■ **WHAT YOU WILL DO**: Check each line of the records below and collect those that include the word "Category".

Start of ENTRIES PROVIDED

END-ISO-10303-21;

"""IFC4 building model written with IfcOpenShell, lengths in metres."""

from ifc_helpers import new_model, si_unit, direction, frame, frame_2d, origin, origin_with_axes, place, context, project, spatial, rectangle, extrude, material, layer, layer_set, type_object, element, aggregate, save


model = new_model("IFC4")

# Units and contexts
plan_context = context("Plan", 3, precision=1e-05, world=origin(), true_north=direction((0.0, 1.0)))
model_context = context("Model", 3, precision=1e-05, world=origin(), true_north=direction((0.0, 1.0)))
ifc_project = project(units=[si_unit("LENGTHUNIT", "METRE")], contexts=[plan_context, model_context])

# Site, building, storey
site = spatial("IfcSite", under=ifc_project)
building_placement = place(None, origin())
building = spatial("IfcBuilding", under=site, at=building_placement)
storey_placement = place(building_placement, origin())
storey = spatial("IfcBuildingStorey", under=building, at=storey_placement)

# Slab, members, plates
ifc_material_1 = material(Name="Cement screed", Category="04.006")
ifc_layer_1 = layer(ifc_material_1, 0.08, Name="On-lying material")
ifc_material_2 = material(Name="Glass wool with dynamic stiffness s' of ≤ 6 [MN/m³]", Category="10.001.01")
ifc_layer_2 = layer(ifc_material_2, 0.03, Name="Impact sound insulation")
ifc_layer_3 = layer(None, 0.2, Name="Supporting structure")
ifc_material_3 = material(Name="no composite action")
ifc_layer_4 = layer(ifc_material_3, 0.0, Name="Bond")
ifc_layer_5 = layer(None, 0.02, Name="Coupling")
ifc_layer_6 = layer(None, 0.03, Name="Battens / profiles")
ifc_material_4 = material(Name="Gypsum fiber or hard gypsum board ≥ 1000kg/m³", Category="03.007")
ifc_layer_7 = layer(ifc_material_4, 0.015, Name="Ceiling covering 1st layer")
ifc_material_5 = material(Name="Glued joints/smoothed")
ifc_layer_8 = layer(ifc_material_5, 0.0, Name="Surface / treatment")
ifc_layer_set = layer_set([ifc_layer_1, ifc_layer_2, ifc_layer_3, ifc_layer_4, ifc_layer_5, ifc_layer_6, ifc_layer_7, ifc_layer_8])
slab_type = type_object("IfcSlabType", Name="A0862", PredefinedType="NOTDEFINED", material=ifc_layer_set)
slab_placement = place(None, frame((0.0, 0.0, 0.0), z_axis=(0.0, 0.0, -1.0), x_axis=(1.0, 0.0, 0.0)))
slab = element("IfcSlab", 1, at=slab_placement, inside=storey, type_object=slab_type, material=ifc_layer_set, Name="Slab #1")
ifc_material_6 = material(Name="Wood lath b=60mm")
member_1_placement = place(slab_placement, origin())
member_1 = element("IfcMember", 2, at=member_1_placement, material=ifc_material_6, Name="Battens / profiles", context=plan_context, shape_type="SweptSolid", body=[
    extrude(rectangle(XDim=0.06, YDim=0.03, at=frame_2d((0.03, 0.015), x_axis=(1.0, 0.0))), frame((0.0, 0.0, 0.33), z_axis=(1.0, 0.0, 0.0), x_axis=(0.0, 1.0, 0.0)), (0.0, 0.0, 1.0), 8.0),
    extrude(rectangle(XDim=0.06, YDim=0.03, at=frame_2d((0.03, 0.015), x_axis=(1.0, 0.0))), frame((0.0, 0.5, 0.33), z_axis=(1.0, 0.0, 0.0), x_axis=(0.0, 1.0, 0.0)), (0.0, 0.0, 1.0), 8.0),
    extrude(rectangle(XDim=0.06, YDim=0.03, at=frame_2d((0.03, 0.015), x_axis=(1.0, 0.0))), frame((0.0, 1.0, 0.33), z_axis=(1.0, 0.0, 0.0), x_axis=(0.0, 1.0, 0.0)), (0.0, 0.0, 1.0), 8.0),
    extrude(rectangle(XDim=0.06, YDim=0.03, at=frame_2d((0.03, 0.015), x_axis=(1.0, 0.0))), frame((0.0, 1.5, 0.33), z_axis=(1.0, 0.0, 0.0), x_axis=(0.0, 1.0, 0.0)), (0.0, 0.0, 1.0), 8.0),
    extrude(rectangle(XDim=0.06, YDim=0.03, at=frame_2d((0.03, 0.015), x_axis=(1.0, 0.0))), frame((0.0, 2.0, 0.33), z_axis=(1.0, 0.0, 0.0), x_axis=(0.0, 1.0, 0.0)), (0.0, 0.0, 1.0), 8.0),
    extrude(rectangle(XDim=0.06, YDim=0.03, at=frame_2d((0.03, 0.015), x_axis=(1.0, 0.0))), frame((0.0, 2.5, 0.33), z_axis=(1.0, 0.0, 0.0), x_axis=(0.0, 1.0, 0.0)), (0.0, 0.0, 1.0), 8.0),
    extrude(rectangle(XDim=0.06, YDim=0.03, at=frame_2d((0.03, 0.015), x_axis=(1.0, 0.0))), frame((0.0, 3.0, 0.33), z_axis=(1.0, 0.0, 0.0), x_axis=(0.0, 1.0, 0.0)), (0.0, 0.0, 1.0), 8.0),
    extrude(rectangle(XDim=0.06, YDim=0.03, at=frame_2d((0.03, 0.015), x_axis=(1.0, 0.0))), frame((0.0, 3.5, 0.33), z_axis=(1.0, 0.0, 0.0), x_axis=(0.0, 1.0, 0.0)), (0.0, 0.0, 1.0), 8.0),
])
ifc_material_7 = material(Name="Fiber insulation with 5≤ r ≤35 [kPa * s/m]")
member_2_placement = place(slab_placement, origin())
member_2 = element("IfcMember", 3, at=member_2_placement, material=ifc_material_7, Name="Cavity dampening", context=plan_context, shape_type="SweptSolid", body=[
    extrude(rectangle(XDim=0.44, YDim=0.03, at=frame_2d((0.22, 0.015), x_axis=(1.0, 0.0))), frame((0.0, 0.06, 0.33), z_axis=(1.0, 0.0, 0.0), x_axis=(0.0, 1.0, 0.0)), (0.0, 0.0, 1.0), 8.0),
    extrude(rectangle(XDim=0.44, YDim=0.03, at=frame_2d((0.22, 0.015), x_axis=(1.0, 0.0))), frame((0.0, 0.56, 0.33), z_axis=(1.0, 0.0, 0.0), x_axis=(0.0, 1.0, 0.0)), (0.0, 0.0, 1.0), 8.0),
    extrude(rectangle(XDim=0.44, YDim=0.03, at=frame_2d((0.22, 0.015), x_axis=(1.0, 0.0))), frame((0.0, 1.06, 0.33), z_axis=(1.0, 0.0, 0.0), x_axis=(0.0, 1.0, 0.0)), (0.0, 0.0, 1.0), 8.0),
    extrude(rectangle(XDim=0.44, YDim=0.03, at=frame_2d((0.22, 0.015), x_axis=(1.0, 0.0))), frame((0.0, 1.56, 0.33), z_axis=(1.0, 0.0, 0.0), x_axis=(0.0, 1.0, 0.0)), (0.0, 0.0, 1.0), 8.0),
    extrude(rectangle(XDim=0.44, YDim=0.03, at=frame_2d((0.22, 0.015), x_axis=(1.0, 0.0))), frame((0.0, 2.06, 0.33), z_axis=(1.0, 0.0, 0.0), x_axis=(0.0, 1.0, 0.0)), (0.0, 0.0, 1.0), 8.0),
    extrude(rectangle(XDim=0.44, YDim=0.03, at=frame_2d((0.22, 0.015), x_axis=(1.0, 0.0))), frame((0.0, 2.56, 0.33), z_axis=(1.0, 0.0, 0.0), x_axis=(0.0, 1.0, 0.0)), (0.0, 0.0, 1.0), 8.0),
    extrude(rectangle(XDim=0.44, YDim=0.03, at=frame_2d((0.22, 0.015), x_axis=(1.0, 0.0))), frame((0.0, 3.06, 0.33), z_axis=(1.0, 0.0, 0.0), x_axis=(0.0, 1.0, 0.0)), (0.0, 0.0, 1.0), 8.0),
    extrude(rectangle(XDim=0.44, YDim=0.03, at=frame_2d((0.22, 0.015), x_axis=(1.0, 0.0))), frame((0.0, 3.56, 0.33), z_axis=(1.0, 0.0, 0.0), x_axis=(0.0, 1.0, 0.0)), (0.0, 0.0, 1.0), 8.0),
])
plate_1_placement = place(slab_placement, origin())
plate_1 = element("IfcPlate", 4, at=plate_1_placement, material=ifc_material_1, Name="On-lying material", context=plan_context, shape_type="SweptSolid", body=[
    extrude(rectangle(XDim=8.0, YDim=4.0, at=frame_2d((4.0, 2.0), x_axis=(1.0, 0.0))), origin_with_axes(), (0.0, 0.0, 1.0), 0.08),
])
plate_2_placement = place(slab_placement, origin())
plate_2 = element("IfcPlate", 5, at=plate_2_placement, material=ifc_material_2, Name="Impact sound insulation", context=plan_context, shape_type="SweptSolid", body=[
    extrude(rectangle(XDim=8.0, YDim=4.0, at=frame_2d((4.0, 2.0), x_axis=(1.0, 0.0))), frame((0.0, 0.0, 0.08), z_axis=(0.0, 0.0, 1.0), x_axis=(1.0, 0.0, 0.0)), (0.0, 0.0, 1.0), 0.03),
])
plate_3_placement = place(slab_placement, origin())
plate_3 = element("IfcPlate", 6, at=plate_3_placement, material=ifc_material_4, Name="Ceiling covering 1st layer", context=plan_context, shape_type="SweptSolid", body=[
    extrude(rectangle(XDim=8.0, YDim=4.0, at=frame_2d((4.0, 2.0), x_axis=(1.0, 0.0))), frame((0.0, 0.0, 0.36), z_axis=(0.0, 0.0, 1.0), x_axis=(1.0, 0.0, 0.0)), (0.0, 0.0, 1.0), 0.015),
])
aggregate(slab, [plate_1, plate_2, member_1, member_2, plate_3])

End of ENTRIES PROVIDED

■ **SOLUTION**:
ifc_material_1 = material(Name="Cement screed", Category="04.006")
ifc_material_2 = material(Name="Glass wool with dynamic stiffness s' of ≤ 6 [MN/m³]", Category="10.001.01")
ifc_material_4 = material(Name="Gypsum fiber or hard gypsum board ≥ 1000kg/m³", Category="03.007")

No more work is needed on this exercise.